Mine is a 955.......tach was still avl. a few years back but was near 300$

How much are these new ones if you may know yet?


----------



## Ldacombe (4 mo ago)

I think they are targeting the cost to be in the $150 US range. What size diameter is your tach?


----------



## thedukes (Jan 9, 2022)

I don't know...yet

I'll assume its the same one thats in the 655-/755/855/955..series.

They may all be different..I doubt it.
I think all these Yanmars turn at 3300 red line.

Normal thinking is one size fits all but no clue.

I can get a pic and a measurement of tach "face" easy......actual "hole " size is not easy.


I'll try.....might get some calipers up in there to "body" of tach


----------



## Ldacombe (4 mo ago)

thedukes said:


> I don't know...yet
> 
> I'll assume its the same one thats in the 755/855/955..series.
> 
> ...


Okay, further clarification. They developed two versions of the tach. One for the 650/750 compact tractor (mine) and one that will fit the 655/755/955 tractors. 955 version has a higher RPM range on the gauge.
I installed mine and it works perfectly. Their workmanship is top notch.

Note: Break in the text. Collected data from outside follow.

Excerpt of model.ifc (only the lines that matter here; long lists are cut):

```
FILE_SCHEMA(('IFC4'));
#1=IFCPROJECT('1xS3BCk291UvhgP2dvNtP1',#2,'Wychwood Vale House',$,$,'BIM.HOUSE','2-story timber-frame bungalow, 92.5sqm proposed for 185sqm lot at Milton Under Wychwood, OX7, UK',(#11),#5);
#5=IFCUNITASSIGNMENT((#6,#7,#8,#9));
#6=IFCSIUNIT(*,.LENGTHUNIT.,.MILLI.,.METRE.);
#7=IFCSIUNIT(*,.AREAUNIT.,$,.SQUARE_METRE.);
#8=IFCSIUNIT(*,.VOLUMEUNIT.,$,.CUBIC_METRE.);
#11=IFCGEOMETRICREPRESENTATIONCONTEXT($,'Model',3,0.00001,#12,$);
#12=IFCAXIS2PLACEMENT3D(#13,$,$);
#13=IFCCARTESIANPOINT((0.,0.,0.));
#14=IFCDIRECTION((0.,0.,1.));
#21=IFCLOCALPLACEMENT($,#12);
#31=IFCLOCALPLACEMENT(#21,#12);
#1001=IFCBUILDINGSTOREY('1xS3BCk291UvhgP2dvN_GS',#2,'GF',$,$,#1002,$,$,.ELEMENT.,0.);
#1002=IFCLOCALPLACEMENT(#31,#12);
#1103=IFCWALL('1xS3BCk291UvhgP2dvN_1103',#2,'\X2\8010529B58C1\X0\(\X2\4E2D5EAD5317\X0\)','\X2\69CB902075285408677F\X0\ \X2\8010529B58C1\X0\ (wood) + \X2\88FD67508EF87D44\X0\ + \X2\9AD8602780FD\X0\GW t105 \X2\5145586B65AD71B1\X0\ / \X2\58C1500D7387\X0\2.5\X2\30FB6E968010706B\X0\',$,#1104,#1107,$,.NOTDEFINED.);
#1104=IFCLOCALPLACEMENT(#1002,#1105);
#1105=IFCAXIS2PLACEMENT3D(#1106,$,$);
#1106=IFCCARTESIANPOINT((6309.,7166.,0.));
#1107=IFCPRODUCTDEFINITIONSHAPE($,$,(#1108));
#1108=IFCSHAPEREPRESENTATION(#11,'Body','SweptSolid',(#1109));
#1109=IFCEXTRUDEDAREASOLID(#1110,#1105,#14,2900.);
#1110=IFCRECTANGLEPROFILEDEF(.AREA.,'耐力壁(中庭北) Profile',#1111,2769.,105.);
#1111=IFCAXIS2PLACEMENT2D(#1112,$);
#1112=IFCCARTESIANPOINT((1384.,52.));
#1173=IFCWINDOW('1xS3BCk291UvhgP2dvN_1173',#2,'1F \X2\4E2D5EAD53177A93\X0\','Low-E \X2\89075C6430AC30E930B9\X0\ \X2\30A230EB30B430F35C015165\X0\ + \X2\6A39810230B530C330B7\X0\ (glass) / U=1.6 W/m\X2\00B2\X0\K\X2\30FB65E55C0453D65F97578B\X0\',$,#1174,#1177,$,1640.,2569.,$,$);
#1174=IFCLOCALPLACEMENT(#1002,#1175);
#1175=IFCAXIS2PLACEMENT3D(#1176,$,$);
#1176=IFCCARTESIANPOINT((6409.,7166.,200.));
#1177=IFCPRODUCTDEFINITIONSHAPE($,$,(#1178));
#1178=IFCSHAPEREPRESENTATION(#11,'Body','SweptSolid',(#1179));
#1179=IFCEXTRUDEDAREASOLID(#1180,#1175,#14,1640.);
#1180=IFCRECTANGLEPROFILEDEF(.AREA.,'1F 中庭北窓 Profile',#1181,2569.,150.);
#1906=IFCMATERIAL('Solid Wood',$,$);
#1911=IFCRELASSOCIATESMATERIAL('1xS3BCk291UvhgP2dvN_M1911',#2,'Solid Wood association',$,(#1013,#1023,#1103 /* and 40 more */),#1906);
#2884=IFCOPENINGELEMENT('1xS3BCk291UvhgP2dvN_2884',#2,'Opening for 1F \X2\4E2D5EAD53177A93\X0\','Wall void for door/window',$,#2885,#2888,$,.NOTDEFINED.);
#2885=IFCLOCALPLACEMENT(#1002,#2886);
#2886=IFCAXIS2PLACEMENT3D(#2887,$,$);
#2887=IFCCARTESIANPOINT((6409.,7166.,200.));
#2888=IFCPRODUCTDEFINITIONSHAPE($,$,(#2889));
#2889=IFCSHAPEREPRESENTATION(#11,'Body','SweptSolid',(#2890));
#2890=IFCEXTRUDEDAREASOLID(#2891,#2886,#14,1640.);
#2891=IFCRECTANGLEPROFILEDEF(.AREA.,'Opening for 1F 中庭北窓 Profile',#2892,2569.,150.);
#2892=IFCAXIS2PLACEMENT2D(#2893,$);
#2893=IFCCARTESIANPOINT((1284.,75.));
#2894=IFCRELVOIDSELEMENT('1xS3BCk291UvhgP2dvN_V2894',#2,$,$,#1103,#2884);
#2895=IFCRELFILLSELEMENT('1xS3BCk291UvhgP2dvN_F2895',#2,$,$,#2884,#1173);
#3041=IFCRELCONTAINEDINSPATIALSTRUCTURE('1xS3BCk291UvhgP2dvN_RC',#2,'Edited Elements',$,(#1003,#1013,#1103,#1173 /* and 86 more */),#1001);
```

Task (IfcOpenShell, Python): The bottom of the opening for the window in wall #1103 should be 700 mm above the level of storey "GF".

```python
import numpy as np
import ifcopenshell
import ifcopenshell.api.geometry
import ifcopenshell.geom
import ifcopenshell.util.element
import ifcopenshell.util.placement
import ifcopenshell.util.shape
import ifcopenshell.util.unit

model = ifcopenshell.open("model.ifc")
unit_scale = ifcopenshell.util.unit.calculate_unit_scale(model)

window = model.by_guid("1xS3BCk291UvhgP2dvN_1173")
opening = window.FillsVoids[0].RelatingOpeningElement
storey = ifcopenshell.util.element.get_container(window, ifc_class="IfcBuildingStorey")
level = ifcopenshell.util.placement.get_local_placement(storey.ObjectPlacement)[2, 3]

# The opening's origin need not be at the sill, so measure its lowest point.
shape = ifcopenshell.geom.create_shape(ifcopenshell.geom.settings(), opening)
bottom = ifcopenshell.util.shape.get_shape_bottom_elevation(shape, shape.geometry) / unit_scale
dz = level + 0.7 / unit_scale - bottom

shift = np.array([0.0, 0.0, dz])
# The window is not placed relative to its opening, so move both.
for product in (opening, window):
    matrix = ifcopenshell.util.placement.get_local_placement(product.ObjectPlacement)
    matrix[:3, 3] += shift
    ifcopenshell.api.geometry.edit_object_placement(model, product=product, matrix=matrix, is_si=False)

print(f"moved by {dz * unit_scale:+.3f} m")

model.write("model_rev.ifc")
```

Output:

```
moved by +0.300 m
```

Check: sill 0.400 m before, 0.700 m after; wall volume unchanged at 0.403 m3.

If I could figure out how to send you a video of it in operation I would!


----------



## Ldacombe (4 mo ago)

I apologize for the delay in testing, it turned out that my tach cable had broken last winter so I had to order a new one. It arrived today!

Here is a video of the new John Deere 750 tach in operation:









New item added to shared album







photos.app.goo.gl


----------



## Vaman (3 d ago)

Do you have info or a name of this company?


----------



## bmaverick (Feb 20, 2014)

Vaman said:


> Do you have info or a name of this company?


John Deere isn't supporting the tach for the older 50/55/56/70/90 Seires compacts, BUT the OE still makes them, Nippon-Sieko, yes the same company that makes Sieko watches. 

Yanmar has made Deere compact tractors for over 45+ years. Either as a 100% made or 80% kit tractor made like they do today down in Augusta, Georgia.

Nearly ALL Yanmar parts network outlets, and distributors sell these. They are plentiful in the Yanmar Aftermarket channels too. This type is found in the YM, F, FX Series of tractors.

The end connector is important too. It's made by Aptiv (Delphi Connection Systems) over there in Asia in both Korea and China. It's the Packard-56 Series Metri-pack, 2 terminal type. Very common for that era in automotive circles of the 70s, 80s, and 90s.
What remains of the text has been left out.